» **WORK TO BE COMPLETED**
Entries follow. Give back exactly the lines starting at the one containing "#153=IFCINDEXEDPOLYGONALFACE((7,8,12,11));" and ending at the one containing "#166=IFCINDEXEDPOLYGONALFACE((33,37,38,34));", and no other lines.
──────
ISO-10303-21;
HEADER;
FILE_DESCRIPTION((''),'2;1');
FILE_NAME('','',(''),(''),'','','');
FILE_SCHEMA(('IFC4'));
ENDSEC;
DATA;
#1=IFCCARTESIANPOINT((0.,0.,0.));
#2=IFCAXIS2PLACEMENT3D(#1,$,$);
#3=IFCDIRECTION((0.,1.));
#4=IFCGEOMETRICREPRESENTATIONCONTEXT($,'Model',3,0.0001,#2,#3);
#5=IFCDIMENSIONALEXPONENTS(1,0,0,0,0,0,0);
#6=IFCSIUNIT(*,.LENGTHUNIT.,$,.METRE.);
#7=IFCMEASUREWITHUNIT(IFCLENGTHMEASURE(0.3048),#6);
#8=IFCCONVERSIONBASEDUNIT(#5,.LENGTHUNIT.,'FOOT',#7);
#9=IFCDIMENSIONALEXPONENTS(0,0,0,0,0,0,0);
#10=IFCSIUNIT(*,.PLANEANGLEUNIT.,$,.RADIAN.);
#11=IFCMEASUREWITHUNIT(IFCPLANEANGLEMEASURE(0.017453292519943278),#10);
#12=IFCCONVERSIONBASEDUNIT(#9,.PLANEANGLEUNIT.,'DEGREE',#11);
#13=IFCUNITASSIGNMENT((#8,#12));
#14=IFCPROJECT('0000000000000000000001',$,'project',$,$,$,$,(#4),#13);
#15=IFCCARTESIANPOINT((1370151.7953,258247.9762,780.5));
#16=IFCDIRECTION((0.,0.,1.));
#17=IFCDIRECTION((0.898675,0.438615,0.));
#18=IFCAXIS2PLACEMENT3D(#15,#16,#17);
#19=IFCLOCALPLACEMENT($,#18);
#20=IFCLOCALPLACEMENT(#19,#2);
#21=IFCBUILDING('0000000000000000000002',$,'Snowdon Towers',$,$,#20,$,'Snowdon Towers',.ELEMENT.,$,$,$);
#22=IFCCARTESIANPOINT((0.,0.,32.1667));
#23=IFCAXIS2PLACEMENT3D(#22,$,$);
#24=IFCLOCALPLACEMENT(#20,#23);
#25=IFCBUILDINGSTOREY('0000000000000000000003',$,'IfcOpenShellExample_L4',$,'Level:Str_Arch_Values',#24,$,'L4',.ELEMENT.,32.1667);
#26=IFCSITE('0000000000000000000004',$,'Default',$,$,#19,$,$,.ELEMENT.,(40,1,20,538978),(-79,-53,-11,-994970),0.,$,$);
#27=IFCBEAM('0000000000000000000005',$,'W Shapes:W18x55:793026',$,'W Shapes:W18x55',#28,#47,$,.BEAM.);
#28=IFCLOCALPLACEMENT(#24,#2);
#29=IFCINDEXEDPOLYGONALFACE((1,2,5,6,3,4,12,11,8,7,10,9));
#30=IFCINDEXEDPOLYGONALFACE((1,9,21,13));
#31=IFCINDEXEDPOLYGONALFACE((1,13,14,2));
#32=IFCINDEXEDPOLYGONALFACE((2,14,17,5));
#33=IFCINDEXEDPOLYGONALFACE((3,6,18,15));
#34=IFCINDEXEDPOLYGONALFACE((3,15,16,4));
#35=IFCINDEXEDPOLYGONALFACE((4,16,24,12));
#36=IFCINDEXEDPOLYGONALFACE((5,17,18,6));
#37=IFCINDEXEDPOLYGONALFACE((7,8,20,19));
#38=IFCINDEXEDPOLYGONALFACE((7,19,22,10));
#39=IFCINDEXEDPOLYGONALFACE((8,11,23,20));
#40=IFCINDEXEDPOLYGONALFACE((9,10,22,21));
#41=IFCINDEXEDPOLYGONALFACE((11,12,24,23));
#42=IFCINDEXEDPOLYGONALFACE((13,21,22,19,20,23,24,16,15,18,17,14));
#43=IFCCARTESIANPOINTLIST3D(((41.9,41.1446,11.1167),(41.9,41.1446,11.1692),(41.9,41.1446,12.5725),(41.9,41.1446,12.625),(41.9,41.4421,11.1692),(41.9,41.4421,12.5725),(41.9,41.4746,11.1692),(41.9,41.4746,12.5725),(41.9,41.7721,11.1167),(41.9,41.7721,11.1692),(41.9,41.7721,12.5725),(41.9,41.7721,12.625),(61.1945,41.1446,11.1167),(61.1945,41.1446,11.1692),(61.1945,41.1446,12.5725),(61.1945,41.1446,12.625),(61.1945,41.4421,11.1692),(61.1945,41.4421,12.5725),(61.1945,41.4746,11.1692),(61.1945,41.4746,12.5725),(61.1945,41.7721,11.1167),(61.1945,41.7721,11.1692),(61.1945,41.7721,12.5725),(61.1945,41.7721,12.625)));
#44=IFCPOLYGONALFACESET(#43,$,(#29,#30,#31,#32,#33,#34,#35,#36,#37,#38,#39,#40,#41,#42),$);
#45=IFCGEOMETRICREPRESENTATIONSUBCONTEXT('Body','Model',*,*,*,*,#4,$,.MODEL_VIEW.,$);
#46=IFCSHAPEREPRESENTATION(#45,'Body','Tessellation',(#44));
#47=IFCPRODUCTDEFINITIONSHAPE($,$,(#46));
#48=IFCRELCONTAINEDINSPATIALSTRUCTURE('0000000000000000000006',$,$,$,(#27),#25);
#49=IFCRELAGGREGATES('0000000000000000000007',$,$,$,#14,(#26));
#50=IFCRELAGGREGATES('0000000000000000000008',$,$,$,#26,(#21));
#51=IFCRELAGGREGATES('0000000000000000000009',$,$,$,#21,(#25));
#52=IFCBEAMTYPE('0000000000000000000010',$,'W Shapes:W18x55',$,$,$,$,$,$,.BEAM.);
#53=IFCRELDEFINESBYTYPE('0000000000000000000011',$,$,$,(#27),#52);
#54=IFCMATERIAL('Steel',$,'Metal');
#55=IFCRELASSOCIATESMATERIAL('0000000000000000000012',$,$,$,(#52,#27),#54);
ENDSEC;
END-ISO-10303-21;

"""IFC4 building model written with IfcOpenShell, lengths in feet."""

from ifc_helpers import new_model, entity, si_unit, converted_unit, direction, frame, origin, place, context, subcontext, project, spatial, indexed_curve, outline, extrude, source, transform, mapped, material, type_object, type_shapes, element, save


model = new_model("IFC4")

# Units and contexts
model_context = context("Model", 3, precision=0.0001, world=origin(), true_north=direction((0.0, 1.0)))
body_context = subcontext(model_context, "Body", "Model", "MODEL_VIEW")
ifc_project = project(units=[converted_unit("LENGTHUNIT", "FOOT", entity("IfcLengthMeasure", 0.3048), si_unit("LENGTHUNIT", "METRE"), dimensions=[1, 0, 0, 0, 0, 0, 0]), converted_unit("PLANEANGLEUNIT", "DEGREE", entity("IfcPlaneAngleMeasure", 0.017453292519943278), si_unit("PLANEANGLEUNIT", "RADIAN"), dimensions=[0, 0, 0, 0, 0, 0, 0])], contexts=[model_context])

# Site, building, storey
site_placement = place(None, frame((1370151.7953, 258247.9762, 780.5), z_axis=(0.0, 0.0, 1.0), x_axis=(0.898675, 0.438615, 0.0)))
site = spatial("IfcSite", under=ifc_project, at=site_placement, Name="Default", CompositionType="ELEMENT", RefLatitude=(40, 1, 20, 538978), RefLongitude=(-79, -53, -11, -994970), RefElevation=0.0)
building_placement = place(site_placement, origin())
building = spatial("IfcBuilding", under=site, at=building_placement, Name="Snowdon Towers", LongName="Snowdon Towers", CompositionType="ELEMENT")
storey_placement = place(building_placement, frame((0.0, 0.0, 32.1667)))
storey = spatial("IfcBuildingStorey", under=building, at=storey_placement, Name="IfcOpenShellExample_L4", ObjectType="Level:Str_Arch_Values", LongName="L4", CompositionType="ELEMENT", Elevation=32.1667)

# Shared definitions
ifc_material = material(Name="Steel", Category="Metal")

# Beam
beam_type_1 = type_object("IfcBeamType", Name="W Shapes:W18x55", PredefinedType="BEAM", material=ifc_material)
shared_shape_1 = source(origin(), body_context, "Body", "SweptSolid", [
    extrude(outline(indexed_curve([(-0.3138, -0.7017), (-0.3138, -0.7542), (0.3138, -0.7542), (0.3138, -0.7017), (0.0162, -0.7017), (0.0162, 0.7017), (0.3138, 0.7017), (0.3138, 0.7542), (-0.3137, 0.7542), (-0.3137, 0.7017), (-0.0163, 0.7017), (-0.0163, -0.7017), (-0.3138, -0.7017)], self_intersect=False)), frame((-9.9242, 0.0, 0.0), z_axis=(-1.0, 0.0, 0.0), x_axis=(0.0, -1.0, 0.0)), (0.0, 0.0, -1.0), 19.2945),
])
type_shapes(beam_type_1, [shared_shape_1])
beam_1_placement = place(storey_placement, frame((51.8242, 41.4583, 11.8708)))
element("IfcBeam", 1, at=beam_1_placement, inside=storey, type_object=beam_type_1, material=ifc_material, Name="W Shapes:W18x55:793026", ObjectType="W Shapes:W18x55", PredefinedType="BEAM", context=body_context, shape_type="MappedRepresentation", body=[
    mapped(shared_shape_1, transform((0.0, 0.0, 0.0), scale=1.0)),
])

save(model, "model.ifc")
──────
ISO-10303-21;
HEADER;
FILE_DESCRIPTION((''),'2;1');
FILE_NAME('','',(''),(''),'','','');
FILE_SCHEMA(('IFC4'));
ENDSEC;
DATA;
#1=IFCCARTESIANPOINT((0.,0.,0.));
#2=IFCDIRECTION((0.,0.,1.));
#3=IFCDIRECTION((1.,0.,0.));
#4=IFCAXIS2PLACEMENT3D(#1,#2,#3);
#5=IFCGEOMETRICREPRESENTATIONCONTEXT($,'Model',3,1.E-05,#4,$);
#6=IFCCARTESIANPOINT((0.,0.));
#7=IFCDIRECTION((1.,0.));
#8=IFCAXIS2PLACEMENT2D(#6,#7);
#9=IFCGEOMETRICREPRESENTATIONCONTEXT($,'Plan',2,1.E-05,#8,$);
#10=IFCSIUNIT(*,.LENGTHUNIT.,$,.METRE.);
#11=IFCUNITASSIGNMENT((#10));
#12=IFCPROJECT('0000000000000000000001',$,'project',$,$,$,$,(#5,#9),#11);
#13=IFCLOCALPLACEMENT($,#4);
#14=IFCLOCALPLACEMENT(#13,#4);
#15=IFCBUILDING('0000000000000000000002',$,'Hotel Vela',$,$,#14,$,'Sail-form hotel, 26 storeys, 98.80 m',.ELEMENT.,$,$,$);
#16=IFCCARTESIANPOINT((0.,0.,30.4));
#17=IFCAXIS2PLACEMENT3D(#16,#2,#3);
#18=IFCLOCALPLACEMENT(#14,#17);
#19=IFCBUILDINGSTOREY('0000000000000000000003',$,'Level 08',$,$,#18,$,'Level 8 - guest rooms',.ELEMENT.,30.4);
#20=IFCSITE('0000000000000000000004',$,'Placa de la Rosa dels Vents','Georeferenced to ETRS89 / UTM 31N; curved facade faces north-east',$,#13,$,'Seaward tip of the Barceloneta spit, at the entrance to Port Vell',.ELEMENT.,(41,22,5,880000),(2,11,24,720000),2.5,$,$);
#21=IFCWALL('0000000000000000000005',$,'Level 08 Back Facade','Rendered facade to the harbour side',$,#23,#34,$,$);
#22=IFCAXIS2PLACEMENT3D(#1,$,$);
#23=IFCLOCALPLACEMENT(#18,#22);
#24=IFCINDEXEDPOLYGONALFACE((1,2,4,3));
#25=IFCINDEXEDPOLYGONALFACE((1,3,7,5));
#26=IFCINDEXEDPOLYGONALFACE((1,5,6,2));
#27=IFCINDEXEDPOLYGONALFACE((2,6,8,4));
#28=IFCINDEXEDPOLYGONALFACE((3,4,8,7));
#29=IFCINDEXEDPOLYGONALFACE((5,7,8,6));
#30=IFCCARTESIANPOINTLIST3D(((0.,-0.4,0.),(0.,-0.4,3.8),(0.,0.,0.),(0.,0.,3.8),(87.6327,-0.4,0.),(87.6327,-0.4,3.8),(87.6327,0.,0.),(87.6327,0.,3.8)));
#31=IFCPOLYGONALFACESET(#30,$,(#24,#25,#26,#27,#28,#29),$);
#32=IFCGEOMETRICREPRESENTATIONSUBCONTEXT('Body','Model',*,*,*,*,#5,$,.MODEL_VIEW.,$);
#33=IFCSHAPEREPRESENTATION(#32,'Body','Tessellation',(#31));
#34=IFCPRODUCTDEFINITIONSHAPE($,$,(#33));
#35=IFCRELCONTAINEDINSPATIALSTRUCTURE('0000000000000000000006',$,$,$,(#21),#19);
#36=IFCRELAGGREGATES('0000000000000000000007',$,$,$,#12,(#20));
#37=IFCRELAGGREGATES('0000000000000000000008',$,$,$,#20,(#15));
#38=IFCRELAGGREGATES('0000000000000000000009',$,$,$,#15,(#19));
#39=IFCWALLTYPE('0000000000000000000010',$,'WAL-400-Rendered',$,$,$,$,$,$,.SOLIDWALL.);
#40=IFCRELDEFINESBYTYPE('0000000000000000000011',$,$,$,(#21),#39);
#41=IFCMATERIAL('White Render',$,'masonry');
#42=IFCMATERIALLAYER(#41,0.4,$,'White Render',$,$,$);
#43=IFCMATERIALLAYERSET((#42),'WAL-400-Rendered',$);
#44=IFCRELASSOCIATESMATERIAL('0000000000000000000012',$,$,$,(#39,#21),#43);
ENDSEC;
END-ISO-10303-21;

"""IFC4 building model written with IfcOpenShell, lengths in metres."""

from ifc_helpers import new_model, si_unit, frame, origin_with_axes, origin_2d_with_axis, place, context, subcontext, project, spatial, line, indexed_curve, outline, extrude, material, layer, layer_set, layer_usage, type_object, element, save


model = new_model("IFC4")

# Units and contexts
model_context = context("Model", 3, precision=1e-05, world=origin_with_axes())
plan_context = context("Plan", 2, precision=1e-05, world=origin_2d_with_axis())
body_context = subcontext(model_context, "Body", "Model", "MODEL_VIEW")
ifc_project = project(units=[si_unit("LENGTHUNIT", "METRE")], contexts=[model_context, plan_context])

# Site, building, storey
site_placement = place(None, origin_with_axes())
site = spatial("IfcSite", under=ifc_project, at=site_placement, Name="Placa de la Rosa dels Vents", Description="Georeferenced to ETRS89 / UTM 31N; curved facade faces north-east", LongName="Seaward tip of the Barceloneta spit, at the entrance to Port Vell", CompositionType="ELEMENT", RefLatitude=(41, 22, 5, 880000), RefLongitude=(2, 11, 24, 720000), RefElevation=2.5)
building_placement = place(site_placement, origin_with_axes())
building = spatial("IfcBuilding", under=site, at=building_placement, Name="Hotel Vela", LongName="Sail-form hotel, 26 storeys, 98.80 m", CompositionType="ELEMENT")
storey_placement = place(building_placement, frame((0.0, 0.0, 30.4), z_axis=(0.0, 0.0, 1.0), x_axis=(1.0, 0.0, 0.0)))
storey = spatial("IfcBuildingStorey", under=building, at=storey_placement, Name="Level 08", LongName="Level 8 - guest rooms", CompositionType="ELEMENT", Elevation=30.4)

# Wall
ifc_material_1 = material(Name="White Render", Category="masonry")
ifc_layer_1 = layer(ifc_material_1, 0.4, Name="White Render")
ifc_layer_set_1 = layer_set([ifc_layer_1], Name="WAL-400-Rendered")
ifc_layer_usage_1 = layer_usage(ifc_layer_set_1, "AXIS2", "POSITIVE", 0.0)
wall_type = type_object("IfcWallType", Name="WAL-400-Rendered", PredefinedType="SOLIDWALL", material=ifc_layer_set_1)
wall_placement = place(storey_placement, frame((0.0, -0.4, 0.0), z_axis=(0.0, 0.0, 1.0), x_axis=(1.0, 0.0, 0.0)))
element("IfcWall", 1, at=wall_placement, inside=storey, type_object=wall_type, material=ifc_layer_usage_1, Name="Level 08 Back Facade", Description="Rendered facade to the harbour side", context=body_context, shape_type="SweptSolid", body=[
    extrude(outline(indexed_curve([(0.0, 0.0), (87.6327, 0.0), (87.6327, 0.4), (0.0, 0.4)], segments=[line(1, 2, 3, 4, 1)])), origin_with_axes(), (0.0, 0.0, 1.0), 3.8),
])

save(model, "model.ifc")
──────
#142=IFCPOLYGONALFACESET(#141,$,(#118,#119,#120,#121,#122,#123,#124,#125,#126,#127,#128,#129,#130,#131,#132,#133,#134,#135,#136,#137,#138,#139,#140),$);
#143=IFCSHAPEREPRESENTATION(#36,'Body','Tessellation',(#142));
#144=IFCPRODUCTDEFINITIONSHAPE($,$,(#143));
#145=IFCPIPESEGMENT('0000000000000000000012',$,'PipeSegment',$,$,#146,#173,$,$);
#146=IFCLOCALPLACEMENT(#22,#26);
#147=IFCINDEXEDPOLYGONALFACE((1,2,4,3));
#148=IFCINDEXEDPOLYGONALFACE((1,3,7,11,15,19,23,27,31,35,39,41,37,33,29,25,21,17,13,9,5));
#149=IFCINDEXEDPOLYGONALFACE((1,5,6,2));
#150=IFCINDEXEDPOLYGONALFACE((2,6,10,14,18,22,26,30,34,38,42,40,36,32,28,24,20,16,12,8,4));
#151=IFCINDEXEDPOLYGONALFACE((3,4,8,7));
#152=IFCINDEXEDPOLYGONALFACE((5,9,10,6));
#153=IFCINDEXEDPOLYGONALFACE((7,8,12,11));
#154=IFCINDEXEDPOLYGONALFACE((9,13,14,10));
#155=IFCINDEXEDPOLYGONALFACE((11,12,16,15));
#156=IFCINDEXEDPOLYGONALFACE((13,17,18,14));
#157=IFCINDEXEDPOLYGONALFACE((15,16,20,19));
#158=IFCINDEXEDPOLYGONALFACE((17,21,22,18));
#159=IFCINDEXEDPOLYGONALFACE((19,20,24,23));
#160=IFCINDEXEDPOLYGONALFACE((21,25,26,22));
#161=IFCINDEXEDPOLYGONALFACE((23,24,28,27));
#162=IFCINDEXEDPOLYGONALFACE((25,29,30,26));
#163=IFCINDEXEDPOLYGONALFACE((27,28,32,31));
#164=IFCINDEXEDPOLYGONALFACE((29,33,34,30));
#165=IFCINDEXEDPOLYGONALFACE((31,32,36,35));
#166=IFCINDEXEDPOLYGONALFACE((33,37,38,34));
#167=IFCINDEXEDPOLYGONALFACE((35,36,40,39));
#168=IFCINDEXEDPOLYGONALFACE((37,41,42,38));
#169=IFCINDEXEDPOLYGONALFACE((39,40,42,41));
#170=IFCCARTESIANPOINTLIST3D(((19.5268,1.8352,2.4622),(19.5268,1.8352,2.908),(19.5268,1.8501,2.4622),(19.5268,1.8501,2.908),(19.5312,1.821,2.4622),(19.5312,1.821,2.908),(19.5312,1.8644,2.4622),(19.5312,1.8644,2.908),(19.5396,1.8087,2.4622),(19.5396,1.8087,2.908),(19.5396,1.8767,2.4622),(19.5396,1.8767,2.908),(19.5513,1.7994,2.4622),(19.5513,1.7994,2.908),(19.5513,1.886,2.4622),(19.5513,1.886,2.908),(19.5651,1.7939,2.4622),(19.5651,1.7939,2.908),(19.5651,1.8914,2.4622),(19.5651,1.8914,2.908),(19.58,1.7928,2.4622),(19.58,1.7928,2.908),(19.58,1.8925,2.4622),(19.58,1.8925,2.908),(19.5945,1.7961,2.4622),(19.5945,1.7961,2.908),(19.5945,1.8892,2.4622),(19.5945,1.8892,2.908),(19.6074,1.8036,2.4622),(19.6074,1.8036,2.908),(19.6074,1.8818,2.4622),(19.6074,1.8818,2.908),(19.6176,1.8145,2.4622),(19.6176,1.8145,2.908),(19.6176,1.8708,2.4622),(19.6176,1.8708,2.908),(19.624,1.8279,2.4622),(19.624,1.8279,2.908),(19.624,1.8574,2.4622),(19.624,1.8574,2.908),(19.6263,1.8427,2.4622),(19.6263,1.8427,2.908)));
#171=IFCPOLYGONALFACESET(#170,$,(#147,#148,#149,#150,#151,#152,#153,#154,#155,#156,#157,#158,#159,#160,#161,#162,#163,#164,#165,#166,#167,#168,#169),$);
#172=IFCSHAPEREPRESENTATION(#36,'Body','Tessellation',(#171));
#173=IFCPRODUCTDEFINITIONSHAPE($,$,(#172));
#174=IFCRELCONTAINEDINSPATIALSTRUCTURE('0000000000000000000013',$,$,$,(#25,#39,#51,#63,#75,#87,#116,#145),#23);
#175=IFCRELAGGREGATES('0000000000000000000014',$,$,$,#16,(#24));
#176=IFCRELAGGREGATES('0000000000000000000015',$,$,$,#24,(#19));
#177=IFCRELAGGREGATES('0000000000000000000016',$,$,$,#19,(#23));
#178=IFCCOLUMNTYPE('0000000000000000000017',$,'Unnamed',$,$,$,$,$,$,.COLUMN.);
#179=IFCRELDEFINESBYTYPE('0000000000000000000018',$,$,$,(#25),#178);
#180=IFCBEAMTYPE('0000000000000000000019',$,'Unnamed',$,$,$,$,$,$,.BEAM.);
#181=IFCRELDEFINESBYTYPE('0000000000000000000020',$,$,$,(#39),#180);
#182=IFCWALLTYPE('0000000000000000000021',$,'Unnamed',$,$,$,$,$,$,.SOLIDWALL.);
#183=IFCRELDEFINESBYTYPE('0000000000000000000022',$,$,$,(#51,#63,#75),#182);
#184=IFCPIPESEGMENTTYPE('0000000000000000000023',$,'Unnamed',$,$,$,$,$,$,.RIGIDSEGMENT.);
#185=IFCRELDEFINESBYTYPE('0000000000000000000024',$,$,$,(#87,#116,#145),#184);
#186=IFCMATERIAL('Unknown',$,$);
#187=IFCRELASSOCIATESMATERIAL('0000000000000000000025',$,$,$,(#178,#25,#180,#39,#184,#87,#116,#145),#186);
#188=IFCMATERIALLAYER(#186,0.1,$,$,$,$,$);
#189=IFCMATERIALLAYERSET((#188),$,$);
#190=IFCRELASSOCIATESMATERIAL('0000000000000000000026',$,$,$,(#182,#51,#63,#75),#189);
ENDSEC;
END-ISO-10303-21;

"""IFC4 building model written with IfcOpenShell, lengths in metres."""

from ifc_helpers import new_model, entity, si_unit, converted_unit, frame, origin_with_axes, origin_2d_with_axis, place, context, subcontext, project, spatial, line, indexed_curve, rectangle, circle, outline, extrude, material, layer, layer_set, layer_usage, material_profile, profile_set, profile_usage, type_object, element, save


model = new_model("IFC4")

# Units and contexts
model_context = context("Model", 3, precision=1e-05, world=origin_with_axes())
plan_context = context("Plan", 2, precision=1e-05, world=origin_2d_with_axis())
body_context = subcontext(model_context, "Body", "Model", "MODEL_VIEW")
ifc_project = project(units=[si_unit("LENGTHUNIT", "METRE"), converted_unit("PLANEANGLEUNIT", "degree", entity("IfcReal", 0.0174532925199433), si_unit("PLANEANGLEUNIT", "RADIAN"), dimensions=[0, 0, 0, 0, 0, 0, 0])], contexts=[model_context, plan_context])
──────
» **PROBLEM SOLUTION**
#153=IFCINDEXEDPOLYGONALFACE((7,8,12,11));
#154=IFCINDEXEDPOLYGONALFACE((9,13,14,10));
#155=IFCINDEXEDPOLYGONALFACE((11,12,16,15));
#156=IFCINDEXEDPOLYGONALFACE((13,17,18,14));
#157=IFCINDEXEDPOLYGONALFACE((15,16,20,19));
#158=IFCINDEXEDPOLYGONALFACE((17,21,22,18));
#159=IFCINDEXEDPOLYGONALFACE((19,20,24,23));
#160=IFCINDEXEDPOLYGONALFACE((21,25,26,22));
#161=IFCINDEXEDPOLYGONALFACE((23,24,28,27));
#162=IFCINDEXEDPOLYGONALFACE((25,29,30,26));
#163=IFCINDEXEDPOLYGONALFACE((27,28,32,31));
#164=IFCINDEXEDPOLYGONALFACE((29,33,34,30));
#165=IFCINDEXEDPOLYGONALFACE((31,32,36,35));
#166=IFCINDEXEDPOLYGONALFACE((33,37,38,34));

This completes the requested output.